O secretário de Administração e Finanças da CUT, Ariovaldo de Camargo, afirmou que a mobilização representa um passo importante na construção de uma agenda que melhore concretamente a vida da classe trabalhadora. Segundo ele, enquanto os atos acontecem nas ruas, dirigentes das centrais sindicais articulam, em Brasília, uma estratégia para cobrar diretamente os senadores.

“Presidentes das centrais sindicais já estão em Brasília reunidos, articulando a estratégia para uma conversa nesta quarta-feira para dizer ao Alcolumbre e para aqueles senadores que vão disputar as eleições de outubro: ou tira a proposta da gaveta ou vota a favor. Aqueles que vão disputar as eleições não voltarão para o Senado Federal”, afirmou.

Adriano Lateri representou a Força Sindical SP e o Fórum das Centrais Sindicais

Mobilização em Brasília nesta quarta

Diversos representantes dos trabalhadores e de movimentos populares estão em Brasília para participar da reunião convocada pelo presidente do Senado, Davi Alcolumbre, nesta quarta-feira (1º).

Durante o encontro, eles irão debater a proposta de redução da jornada de trabalho e o fim da escala 6×1. Entre os convidados estão a líder do governo Lula no Senado, Teresa Leitão (PT-PE), os autores da PEC na Câmara dos Deputados e representantes das centrais sindicais.

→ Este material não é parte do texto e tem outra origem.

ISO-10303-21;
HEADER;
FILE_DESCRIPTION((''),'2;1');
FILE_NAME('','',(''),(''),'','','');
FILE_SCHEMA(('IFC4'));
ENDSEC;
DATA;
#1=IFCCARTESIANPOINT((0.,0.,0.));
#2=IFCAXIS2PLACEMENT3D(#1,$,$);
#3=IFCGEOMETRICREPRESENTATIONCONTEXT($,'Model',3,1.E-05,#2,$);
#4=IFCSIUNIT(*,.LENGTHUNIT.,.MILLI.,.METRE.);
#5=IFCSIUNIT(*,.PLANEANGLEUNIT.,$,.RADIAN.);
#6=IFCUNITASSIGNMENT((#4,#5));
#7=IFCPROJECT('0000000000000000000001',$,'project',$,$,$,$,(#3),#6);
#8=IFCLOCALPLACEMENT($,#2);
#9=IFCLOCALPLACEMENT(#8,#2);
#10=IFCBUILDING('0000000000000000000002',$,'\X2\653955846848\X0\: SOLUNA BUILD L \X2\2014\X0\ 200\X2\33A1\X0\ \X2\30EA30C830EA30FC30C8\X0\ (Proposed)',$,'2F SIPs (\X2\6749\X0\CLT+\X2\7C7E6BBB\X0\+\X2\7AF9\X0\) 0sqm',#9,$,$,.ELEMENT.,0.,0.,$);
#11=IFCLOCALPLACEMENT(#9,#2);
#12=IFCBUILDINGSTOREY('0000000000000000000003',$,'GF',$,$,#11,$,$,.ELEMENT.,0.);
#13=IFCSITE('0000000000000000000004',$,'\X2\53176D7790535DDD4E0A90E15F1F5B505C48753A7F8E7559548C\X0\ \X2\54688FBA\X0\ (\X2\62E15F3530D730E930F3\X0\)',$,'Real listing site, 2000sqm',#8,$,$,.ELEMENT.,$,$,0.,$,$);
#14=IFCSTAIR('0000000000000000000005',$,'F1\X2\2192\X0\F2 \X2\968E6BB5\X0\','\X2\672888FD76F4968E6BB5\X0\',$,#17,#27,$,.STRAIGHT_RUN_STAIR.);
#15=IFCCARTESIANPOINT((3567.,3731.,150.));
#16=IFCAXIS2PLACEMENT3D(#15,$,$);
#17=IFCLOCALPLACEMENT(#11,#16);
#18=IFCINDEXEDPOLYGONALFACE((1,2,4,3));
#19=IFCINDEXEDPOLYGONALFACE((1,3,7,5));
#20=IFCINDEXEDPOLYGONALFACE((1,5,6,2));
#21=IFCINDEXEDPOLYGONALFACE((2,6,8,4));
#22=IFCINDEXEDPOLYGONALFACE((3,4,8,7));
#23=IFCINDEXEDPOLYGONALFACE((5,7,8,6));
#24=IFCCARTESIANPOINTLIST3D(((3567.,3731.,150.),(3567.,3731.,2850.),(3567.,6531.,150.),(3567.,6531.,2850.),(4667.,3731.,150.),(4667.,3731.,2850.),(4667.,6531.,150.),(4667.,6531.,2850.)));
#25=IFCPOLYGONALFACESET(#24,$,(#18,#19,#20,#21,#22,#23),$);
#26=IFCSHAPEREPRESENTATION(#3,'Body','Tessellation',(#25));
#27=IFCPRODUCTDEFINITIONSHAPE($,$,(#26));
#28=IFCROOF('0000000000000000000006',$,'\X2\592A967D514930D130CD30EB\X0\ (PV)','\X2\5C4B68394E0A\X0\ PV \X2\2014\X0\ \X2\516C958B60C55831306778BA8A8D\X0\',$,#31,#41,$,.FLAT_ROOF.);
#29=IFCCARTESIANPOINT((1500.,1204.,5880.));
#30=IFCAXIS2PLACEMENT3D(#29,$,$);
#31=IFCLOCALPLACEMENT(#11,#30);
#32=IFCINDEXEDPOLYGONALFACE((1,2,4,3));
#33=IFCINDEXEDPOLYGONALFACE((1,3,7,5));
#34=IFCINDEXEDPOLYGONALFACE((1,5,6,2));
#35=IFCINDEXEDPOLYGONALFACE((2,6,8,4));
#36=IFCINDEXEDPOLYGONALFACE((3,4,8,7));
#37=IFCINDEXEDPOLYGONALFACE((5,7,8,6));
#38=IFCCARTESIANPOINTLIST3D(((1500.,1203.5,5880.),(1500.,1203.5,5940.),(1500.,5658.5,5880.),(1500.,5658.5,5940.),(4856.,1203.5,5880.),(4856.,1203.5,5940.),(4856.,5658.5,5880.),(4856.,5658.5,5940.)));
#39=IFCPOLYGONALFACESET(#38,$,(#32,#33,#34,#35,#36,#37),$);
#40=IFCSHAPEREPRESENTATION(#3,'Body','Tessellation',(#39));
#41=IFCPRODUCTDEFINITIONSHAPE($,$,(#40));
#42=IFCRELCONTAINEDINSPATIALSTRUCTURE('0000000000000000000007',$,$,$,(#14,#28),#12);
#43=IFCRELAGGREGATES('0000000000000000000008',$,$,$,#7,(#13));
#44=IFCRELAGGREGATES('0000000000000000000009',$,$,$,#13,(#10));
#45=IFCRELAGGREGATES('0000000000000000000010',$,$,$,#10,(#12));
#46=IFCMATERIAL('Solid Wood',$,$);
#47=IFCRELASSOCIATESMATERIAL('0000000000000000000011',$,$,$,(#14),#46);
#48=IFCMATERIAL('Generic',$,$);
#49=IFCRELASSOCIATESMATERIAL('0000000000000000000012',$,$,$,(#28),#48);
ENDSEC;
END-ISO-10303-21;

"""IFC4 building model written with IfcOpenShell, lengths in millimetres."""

from ifc_helpers import new_model, si_unit, frame, frame_2d, origin, place, context, project, spatial, rectangle, extrude, material, element, save


model = new_model("IFC4")

# Units and contexts
model_context = context("Model", 3, precision=1e-05, world=origin())
ifc_project = project(units=[si_unit("LENGTHUNIT", "METRE", prefix="MILLI"), si_unit("PLANEANGLEUNIT", "RADIAN")], contexts=[model_context])

# Site, building, storey
site_placement = place(None, origin())
site = spatial("IfcSite", under=ifc_project, at=site_placement, Name="北海道川上郡弟子屈町美留和 周辺 (拡張プラン)", ObjectType="Real listing site, 2000sqm", CompositionType="ELEMENT", RefElevation=0.0)
building_placement = place(site_placement, origin())
building = spatial("IfcBuilding", under=site, at=building_placement, Name="改善案: SOLUNA BUILD L — 200㎡ リトリート (Proposed)", ObjectType="2F SIPs (杉CLT+籾殻+竹) 0sqm", CompositionType="ELEMENT", ElevationOfRefHeight=0.0, ElevationOfTerrain=0.0)
storey_placement = place(building_placement, origin())
storey = spatial("IfcBuildingStorey", under=building, at=storey_placement, Name="GF", CompositionType="ELEMENT", Elevation=0.0)

# Shared definitions
ifc_material_1 = material(Name="Generic")

# Stair
ifc_material_2 = material(Name="Solid Wood")
stair_placement = place(storey_placement, frame((3567.0, 3731.0, 150.0)))
element("IfcStair", 1, at=stair_placement, inside=storey, material=ifc_material_2, Name="F1→F2 階段", Description="木製直階段", PredefinedType="STRAIGHT_RUN_STAIR", context=model_context, shape_type="SweptSolid", body=[
    extrude(rectangle(XDim=1100.0, YDim=2800.0, at=frame_2d((550.0, 1400.0))), frame((3567.0, 3731.0, 150.0)), (0.0, 0.0, 1.0), 2700.0),
])

# Roof
roof_placement = place(storey_placement, frame((1500.0, 1204.0, 5880.0)))
element("IfcRoof", 2, at=roof_placement, inside=storey, material=ifc_material_1, Name="太陽光パネル (PV)", Description="屋根上 PV — 公開情報で確認", PredefinedType="FLAT_ROOF", context=model_context, shape_type="SweptSolid", body=[
    extrude(rectangle(XDim=3356.0, YDim=4455.0, at=frame_2d((1678.0, 2227.0))), frame((1500.0, 1204.0, 5880.0)), (0.0, 0.0, 1.0), 60.0),
])

save(model, "model.ifc")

“Chegou a hora de o Senado ouvir a voz das trabalhadoras e dos trabalhadores. Reduzir a jornada sem reduzir salários significa mais qualidade de vida, mais empregos e um Brasil mais justo. Vamos continuar mobilizados até que essa conquista se torne realidade”, destacou Miguel Torres, presidente da Força Sindical que vai participar do encontro desta quarta-feira.